The US banking system is stabilising after strong actions from regulators, but further steps to protect bank depositors may be needed if smaller institutions suffer deposit runs that threaten more contagion, US Treasury Secretary Janet Yellen told bankers today.

Janet Yellen made her comments in prepared remarks to an American Bankers Association conference today.

She said government steps taken in recent days to protect uninsured deposits in two failed banks and create new Federal Reserve liquidity facilities have shown a "resolute commitment to take the necessary steps to ensure that depositors' savings and the banking system remain safe."

Yellen was speaking more than a week after the Federal Deposit Insurance Corp (FDIC) closed the failing Silicon Valley Bank and Signature Bank.

She said the "decisive and forceful" actions were strengthening public confidence in the US banking system and protecting the American economy.

"The steps we took were not focused on aiding specific banks or classes of banks. Our intervention was necessary to protect the broader US banking system," Yellen said in the remarks released by the Treasury.

"And similar actions could be warranted if smaller institutions suffer deposit runs that pose the risk of contagion," she added.

She said she believed the actions by the FDIC, the Federal Reserve and the Treasury had reduced the risk of further bank failures that would have imposed losses on the bank-funded Deposit Insurance Fund.

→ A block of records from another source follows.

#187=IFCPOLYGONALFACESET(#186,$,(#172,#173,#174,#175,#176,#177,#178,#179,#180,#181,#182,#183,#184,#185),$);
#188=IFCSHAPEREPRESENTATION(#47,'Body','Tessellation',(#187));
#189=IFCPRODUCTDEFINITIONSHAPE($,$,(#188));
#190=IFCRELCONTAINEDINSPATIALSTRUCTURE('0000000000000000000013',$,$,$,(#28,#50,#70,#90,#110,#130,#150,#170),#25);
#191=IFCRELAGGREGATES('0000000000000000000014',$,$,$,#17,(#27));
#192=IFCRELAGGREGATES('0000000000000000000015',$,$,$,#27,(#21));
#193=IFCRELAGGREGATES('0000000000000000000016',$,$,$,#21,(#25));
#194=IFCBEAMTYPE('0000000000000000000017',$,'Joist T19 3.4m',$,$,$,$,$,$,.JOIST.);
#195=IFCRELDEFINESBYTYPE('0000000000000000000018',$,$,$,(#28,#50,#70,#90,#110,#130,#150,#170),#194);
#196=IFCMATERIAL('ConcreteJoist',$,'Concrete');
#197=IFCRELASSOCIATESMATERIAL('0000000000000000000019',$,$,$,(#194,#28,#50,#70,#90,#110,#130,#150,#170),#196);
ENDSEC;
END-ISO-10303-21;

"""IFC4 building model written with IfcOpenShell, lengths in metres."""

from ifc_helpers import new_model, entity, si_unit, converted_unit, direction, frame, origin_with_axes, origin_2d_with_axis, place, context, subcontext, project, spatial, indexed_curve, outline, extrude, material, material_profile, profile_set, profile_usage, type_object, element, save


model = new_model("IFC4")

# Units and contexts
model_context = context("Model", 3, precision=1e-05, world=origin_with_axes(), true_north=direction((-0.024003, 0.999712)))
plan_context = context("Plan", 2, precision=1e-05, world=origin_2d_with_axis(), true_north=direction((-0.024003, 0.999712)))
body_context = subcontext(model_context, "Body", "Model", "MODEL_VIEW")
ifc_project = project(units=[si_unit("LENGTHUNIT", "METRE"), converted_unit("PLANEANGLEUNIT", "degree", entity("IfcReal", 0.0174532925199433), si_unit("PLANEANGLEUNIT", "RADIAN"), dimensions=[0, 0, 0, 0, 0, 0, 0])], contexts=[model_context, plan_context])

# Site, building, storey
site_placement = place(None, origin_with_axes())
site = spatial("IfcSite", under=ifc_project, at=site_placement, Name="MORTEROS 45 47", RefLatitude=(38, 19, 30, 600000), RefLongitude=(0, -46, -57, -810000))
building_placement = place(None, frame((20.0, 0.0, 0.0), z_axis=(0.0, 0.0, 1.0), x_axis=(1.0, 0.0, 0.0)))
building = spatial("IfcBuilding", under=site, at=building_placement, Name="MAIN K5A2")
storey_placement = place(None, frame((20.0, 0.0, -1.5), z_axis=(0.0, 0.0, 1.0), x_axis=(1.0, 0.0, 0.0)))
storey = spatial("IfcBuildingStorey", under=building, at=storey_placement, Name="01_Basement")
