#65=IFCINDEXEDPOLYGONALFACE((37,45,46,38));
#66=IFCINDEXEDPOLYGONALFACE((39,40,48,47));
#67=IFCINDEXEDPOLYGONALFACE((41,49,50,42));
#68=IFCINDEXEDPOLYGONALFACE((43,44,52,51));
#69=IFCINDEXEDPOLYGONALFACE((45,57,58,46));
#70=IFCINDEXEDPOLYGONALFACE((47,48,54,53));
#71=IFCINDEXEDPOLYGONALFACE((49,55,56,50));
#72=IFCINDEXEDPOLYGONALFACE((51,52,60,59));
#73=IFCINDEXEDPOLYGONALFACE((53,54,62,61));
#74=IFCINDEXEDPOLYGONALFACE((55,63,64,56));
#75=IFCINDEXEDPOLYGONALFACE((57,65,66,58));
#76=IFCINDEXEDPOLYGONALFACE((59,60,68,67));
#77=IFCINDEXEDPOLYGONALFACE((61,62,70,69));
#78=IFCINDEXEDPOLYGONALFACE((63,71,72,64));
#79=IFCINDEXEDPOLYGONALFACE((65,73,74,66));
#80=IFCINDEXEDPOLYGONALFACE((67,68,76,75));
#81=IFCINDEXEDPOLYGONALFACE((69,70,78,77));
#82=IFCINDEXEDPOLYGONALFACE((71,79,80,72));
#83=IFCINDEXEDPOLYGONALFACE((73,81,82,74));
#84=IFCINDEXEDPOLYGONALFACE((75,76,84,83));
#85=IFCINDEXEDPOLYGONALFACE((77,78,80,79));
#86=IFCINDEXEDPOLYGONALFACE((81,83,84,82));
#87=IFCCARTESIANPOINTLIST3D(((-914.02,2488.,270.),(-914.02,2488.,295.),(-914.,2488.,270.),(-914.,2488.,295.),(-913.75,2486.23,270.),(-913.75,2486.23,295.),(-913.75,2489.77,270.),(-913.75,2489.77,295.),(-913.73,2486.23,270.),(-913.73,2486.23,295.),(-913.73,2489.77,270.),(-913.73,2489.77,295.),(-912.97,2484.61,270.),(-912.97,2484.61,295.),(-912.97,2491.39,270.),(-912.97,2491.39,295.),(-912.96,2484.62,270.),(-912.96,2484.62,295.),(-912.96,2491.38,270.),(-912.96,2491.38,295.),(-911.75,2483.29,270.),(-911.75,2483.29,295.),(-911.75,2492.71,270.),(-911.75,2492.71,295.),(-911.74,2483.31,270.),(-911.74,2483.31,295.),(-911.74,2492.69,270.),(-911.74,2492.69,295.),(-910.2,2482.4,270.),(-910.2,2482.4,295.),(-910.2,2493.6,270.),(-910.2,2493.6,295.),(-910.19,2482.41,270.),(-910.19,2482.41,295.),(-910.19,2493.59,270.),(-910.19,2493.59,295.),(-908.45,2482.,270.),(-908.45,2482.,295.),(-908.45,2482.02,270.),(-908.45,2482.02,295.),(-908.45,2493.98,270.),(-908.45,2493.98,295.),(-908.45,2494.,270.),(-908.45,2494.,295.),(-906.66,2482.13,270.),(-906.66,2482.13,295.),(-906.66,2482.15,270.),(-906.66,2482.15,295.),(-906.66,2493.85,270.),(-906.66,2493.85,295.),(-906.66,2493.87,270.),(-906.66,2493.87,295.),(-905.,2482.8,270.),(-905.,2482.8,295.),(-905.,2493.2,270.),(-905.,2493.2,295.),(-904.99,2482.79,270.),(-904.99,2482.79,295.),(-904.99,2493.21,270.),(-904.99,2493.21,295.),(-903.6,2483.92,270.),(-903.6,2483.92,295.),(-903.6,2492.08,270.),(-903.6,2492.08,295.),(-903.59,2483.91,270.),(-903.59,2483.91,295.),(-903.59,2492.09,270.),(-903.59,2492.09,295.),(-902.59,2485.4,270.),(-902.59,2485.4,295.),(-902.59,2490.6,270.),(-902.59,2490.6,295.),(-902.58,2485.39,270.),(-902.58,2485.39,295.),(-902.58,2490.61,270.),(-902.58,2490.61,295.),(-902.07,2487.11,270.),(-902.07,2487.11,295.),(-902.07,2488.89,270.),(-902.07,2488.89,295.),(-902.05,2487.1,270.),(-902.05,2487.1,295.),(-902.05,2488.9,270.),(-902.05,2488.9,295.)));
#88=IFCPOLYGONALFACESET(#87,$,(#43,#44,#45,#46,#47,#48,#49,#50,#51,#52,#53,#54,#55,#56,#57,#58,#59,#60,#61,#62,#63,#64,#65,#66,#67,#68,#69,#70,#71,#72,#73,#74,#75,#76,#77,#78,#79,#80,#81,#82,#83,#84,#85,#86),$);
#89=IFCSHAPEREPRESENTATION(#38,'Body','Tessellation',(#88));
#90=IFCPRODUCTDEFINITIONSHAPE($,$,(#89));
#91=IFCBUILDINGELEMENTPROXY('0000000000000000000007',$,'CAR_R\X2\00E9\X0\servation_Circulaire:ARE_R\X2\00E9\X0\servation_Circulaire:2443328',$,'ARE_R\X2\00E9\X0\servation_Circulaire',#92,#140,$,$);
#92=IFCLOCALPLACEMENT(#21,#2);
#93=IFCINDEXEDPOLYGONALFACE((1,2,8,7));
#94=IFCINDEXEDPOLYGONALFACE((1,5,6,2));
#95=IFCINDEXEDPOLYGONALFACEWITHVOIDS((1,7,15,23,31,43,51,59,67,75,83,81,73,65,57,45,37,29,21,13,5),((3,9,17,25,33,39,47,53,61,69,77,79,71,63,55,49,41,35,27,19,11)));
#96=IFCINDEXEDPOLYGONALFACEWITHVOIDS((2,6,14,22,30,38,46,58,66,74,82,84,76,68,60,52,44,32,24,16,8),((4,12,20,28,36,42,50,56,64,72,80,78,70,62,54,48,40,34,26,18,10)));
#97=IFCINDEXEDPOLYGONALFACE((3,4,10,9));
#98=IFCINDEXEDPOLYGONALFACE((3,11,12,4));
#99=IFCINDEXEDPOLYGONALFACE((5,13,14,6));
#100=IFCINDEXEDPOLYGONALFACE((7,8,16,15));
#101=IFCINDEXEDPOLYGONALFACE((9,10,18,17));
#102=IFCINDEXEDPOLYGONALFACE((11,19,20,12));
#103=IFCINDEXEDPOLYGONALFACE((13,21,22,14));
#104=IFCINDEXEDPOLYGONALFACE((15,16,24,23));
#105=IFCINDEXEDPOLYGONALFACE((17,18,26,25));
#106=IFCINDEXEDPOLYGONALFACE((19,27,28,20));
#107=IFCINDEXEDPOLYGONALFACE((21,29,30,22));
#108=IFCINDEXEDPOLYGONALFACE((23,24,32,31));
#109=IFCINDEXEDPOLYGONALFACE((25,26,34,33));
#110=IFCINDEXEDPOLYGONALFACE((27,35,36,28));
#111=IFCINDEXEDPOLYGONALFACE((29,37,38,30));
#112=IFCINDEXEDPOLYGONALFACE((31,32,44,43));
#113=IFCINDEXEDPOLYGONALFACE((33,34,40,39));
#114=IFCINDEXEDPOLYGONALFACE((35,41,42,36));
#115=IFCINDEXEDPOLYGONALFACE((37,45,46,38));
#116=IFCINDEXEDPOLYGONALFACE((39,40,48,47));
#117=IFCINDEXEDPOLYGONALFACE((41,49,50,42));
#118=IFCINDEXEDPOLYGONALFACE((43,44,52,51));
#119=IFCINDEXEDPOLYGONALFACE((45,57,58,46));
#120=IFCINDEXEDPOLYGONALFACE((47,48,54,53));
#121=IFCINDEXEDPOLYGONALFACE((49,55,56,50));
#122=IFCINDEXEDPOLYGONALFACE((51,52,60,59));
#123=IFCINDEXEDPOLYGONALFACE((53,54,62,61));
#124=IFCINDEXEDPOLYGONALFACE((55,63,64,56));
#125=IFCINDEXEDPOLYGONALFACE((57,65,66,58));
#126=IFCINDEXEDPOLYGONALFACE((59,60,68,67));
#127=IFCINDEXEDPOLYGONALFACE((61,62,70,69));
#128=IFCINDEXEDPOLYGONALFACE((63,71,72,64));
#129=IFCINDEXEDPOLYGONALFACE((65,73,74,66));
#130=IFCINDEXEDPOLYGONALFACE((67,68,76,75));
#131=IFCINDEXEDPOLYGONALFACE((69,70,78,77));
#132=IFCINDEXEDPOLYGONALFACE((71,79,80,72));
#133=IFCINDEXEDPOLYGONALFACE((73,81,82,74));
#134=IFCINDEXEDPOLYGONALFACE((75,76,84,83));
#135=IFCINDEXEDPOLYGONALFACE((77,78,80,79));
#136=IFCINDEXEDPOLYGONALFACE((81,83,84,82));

Yellen did not provide details on what further actions may be warranted.

Some banking groups have called for temporary universal guarantees on all US bank deposits, a step that requires approval by Congress under expedited procedures.

However, the conservative Republican House Freedom Caucus opposes expanding deposit guarantees beyond the FDIC's current $250,000 limit per depositor, a major roadblock to swift action aimed at stemming a deeper crisis.

Guarantees for uninsured deposits in specific troubled banks would require Yellen, President Joe Biden and "supermajorities" of the Fed and FDIC board to determine that the bank qualifies for a "systemic risk exception" - actions taken in the SVB and Signature cases.

Yellen said the Fed's new Bank Term Funding facility and discount window lending were working as intended to provide liquidity to the banking system and aggregate deposit outflows from regional banks have stabilised.

A move by large banks to deposit $30 billion into troubled First Republic Bank last week "represents a vote of confidence in our banking system," Yellen added.

She also said it was important to maintain a "dynamic and diverse banking system" to support the US economy, with large, mid-sized and small banks all playing a role to support households, small businesses and increasing competition in financial services.

Yellen said she was keeping in close contact with bankers, state and federal regulators, market participants and international counterparts about the banking situation.

She added that the situation was "very different" from the 2008-2009 global financial crisis, when subprime mortgage assets put many banks under stress.

"We do not see that situation in the banking system today. Our financial system is also significantly stronger than it was 15 years ago," she stressed.

The Treasury chief said that in coming weeks, regulators will examine the failures of Silicon Valley Bank and Signature Bank, "but we will need to reexamine our current regulatory and supervisory regimes and consider whether they are appropriate for the risks that banks face today."